Consider just how many decisions you face throughout the day that directly relate to what you eat and how you feel. The magnitude of choice at the grocery store or at a restaurant, when you open the fridge or when you’re sitting at your desk. You’ll maybe wonder: How hungry am I? What do I crave? How do I feel? Do I have the energy to cook? Can I afford this? How will this food make me feel?


Then, feelings of what you should be eating might creep in. Societal pressures, your current health status, knowledge of nutrition (or lack thereof), or confusion about what’s healthy or not - these small but significant decisions become even more complicated.

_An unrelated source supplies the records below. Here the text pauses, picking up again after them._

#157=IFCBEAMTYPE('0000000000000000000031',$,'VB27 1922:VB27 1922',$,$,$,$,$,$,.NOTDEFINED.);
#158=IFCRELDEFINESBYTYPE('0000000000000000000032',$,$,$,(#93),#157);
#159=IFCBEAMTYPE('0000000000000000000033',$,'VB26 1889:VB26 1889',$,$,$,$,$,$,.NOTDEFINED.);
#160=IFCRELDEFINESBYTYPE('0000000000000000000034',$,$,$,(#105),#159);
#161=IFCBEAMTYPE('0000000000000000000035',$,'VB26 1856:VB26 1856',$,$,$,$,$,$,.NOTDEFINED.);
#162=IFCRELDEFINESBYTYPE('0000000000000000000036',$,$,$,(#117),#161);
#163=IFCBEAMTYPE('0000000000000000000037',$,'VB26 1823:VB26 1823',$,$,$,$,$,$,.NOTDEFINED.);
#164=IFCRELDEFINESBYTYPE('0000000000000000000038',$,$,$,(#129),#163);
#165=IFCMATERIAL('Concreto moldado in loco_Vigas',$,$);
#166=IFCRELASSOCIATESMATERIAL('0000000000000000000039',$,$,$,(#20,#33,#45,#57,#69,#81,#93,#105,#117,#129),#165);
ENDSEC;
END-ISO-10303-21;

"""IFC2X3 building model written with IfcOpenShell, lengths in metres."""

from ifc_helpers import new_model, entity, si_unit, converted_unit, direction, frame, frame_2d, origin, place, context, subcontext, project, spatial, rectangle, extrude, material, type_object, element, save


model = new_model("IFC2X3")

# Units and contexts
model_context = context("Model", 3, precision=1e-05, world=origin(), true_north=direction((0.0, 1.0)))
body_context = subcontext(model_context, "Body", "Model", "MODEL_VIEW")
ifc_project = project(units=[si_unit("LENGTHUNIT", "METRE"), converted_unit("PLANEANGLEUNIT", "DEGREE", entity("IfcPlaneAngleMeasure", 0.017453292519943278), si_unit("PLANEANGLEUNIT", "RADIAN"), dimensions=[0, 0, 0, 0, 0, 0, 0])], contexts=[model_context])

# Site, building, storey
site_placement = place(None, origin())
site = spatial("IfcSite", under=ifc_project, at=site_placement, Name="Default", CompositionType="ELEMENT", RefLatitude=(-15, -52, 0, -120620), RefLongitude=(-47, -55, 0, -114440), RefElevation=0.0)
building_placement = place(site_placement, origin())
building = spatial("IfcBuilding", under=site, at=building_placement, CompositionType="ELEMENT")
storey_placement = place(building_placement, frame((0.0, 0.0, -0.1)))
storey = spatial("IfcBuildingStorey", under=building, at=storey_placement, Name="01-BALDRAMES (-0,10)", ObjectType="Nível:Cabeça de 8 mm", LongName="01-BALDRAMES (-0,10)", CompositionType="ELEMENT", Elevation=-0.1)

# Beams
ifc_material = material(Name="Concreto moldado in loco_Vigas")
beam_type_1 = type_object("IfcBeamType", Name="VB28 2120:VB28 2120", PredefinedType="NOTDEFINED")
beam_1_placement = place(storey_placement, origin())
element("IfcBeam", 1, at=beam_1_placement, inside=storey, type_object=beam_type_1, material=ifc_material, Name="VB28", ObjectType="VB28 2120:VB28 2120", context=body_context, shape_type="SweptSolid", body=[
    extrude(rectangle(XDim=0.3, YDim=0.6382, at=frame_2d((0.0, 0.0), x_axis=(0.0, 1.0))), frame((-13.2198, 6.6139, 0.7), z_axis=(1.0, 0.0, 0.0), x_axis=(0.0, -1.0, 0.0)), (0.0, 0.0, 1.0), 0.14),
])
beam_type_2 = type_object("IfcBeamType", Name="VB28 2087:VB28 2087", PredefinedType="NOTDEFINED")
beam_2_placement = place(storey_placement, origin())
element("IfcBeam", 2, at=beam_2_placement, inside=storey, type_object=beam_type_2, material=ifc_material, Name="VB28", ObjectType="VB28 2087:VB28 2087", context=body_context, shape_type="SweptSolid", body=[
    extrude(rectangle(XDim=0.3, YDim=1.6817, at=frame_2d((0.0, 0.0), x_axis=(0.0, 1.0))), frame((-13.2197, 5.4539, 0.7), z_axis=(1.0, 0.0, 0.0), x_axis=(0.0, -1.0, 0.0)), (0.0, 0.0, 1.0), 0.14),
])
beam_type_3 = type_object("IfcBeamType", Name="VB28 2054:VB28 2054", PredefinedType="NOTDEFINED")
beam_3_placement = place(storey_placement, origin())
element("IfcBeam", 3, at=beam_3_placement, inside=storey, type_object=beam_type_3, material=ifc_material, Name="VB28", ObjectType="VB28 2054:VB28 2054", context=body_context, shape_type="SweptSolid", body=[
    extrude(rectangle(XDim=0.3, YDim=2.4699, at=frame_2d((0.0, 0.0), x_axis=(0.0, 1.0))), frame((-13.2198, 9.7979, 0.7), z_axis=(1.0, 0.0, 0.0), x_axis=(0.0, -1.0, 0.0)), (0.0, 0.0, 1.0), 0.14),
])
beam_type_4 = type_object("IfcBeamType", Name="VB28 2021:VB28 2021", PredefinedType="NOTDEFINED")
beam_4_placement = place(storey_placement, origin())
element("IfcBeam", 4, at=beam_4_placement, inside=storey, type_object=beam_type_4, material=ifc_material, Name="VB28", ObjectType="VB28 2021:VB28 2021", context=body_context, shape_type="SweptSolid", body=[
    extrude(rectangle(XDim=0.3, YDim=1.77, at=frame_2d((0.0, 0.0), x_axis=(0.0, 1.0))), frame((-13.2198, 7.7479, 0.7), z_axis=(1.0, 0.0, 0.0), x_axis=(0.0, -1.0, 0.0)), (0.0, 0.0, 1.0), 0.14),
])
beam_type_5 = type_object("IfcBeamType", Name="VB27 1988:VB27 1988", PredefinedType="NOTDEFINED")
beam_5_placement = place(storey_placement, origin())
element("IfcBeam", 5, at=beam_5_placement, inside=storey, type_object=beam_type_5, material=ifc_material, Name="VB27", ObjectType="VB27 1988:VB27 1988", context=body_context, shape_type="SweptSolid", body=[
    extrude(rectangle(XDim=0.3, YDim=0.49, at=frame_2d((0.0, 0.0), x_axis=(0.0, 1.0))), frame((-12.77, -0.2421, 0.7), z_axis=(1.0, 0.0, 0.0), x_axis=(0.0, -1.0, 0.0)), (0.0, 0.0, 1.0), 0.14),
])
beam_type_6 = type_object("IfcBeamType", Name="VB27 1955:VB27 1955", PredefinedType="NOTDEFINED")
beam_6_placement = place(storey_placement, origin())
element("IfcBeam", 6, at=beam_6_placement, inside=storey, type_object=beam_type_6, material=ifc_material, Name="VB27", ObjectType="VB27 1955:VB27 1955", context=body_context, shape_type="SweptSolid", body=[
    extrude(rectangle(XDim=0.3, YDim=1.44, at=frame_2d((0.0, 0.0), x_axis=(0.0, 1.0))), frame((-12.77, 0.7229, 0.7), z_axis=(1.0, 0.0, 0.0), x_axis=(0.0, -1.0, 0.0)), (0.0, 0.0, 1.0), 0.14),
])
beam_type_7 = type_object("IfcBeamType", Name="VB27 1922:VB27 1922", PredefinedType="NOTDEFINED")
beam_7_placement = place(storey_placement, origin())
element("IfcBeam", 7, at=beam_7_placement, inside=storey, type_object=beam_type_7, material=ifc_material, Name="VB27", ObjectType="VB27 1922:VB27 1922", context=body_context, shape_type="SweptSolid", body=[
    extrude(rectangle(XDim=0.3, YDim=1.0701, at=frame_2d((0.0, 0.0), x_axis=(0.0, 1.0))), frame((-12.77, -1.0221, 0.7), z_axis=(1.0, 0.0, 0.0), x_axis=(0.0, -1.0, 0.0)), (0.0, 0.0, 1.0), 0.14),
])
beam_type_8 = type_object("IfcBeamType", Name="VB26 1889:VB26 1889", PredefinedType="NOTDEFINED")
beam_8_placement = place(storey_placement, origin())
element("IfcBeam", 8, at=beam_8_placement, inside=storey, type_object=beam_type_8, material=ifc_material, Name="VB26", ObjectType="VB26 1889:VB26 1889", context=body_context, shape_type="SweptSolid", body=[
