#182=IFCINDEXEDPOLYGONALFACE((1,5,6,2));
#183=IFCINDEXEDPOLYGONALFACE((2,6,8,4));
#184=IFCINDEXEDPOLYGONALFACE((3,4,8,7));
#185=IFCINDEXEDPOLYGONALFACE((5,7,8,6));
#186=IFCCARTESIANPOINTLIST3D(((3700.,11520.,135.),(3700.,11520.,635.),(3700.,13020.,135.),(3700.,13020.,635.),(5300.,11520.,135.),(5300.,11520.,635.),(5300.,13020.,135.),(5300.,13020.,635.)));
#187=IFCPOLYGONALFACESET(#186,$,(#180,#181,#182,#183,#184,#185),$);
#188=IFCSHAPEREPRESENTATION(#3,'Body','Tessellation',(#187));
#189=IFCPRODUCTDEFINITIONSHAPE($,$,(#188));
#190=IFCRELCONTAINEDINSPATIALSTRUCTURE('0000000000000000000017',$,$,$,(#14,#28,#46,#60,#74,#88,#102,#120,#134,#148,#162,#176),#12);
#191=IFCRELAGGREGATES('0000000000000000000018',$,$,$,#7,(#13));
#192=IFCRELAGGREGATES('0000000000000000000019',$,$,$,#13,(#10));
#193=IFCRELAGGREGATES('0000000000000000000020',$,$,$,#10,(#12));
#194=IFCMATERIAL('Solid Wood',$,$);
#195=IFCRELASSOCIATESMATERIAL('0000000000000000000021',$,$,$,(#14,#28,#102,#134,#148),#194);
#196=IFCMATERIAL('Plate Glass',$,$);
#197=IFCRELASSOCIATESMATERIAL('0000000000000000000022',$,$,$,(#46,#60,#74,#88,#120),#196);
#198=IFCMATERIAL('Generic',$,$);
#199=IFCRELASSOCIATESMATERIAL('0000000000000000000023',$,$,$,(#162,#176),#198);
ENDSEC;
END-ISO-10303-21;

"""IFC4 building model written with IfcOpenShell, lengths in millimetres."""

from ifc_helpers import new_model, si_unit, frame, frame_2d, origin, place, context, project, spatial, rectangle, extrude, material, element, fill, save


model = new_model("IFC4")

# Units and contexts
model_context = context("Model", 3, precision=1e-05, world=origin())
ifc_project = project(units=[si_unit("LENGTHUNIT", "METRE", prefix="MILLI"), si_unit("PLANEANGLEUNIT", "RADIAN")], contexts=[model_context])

Ultimately, this is the fundamental focus of my work as a Holistic Nutritionist: identify patterns that do not promote health, find simple evidence-based solutions, make small sustainable changes, drown out the noise of what you should be doing, provide support, education and encouragement.


Wellness might take work, some financial investment, and some honest and healthy goal setting. It doesn’t need to be cool, trendy or be tracked on your phone. It doesn’t require an app or input from influencers. If these everyday healthy choices become habitual, if you’re able to tap into what your body needs, your own personal experience of wellness will prevail.


And if you decide you need support around your goals, know there is a plethora of wellness practitioners here to help you personalize a solution that works for you.